Lysteria monocytogenes is a facultative intracellular parasite able to cause meningitis and septicaemia. The encapsulation of ampicillin in liposomes decreases the survival of L. monocytogenes in mouse peritoneal macrophages to different extents, depending on the composition of the liposomes [208]. Chitosan-coated plastic films, alone or loaded with antimicrobial agents, were evaluated for their effect against L. monocytogenes. These chitosan-coated films inhibited this pathogen growth in a concentration-dependent manner whereas chitosancoated films impregnated with antibiotics were significantly more effective against L. monocytogenes [209]. Formulation of gentamicin in liposomes containing DOPE (dioleylphosphatidylethanolamine) and sensitive to pH has been reported to increase the concentration of drug in mouse macrophages infected with L. monocytogenes, increasing its bactericidal activity.

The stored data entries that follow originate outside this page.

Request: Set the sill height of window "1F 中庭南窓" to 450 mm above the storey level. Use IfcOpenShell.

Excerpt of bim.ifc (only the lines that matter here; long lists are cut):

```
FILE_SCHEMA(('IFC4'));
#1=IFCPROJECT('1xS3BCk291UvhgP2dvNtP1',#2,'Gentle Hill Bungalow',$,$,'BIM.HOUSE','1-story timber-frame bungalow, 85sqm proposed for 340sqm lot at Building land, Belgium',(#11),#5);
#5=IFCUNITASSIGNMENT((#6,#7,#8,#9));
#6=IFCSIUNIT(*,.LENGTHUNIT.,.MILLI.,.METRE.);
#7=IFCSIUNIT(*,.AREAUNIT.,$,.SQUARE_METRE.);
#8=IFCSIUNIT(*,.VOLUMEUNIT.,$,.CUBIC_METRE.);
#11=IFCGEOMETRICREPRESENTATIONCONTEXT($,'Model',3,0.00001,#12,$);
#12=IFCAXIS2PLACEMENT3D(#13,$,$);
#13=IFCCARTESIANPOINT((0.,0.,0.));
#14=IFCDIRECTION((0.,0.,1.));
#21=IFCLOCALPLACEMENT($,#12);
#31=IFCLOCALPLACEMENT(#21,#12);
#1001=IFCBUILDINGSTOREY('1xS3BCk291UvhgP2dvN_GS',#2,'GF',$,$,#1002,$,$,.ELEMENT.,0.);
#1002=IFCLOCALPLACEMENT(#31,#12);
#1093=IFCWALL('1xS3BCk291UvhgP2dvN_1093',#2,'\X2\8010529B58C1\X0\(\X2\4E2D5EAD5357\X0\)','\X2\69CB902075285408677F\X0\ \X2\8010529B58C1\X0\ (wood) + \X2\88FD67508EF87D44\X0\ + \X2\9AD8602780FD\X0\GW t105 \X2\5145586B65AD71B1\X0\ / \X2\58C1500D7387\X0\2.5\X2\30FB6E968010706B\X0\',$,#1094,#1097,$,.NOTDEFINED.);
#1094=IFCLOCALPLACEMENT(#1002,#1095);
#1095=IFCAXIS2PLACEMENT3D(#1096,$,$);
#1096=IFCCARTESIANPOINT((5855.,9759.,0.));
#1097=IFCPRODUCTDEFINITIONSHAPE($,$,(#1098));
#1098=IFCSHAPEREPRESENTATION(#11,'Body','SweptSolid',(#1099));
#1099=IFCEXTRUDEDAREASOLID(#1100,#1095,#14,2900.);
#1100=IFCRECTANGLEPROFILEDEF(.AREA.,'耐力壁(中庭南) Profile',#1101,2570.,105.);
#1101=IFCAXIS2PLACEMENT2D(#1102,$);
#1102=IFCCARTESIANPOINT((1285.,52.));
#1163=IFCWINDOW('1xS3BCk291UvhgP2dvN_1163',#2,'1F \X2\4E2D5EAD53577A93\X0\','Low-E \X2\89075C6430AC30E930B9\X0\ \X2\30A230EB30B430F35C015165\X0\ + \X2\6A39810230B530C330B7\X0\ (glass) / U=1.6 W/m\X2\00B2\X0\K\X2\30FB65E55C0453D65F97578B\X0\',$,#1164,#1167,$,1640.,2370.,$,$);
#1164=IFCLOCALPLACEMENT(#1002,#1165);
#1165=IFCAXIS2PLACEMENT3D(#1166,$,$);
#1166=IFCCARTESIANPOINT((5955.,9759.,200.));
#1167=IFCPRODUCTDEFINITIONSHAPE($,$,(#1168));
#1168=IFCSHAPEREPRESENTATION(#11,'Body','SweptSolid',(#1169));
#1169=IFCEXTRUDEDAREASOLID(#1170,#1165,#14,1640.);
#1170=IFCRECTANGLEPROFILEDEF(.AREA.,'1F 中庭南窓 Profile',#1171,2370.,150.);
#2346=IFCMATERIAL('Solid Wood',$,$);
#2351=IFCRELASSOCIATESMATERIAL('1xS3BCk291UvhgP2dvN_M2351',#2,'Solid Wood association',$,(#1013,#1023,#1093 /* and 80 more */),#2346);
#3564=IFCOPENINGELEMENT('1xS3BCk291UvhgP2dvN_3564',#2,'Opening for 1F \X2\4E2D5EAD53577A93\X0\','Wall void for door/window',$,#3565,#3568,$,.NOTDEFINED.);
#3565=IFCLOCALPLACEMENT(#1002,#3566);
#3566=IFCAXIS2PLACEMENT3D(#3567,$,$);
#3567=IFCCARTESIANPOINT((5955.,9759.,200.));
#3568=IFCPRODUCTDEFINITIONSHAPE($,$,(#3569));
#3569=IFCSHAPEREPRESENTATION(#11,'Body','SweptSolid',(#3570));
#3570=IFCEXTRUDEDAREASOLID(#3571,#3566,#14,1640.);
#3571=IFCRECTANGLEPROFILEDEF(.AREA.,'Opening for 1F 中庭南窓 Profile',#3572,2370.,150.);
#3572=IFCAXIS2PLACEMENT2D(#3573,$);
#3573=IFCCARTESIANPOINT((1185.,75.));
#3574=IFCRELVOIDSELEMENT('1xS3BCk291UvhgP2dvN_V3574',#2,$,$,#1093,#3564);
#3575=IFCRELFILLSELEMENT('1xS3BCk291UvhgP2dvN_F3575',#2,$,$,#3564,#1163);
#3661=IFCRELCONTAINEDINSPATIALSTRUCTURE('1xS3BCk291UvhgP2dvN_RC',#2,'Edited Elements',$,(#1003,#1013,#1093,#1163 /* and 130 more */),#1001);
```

```python
import numpy as np
import ifcopenshell
import ifcopenshell.api.geometry
import ifcopenshell.geom
import ifcopenshell.util.element
import ifcopenshell.util.placement
import ifcopenshell.util.shape
import ifcopenshell.util.unit

model = ifcopenshell.open("bim.ifc")
unit_scale = ifcopenshell.util.unit.calculate_unit_scale(model)

window = model.by_guid("1xS3BCk291UvhgP2dvN_1163")
opening = window.FillsVoids[0].RelatingOpeningElement
storey = ifcopenshell.util.element.get_container(window, ifc_class="IfcBuildingStorey")
level = ifcopenshell.util.placement.get_local_placement(storey.ObjectPlacement)[2, 3]

# The opening's origin need not be at the sill, so measure its lowest point.
shape = ifcopenshell.geom.create_shape(ifcopenshell.geom.settings(), opening)
bottom = ifcopenshell.util.shape.get_shape_bottom_elevation(shape, shape.geometry) / unit_scale
dz = level + 0.45 / unit_scale - bottom

shift = np.array([0.0, 0.0, dz])
# The window is not placed relative to its opening, so move both.
for product in (opening, window):
    matrix = ifcopenshell.util.placement.get_local_placement(product.ObjectPlacement)
    matrix[:3, 3] += shift
    ifcopenshell.api.geometry.edit_object_placement(model, product=product, matrix=matrix, is_si=False)

print(f"moved by {dz * unit_scale:+.3f} m")

model.write("bim_v2.ifc")
```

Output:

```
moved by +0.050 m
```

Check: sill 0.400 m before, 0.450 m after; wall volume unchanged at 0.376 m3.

This formulation is more effective against L. monocytogenes than against other bacteria owing to its location in the cytosol [210]. Furthermore, the efficacy of liposomes and free antibiotic were distinguished in Listeria-infected mice. Seven days after the treatment, ampicillin-loaded liposomes had reduced the infection by 3.2 logs in the liver and 2.8 logs in the spleen, while free ampicillin was ineffective [208]. In another example, ampicillin-encapsulated polyisohexylcyanoacrylate nanoparticles have been investigated against L. monocytogenes in mouse peritoneal macrophages [211].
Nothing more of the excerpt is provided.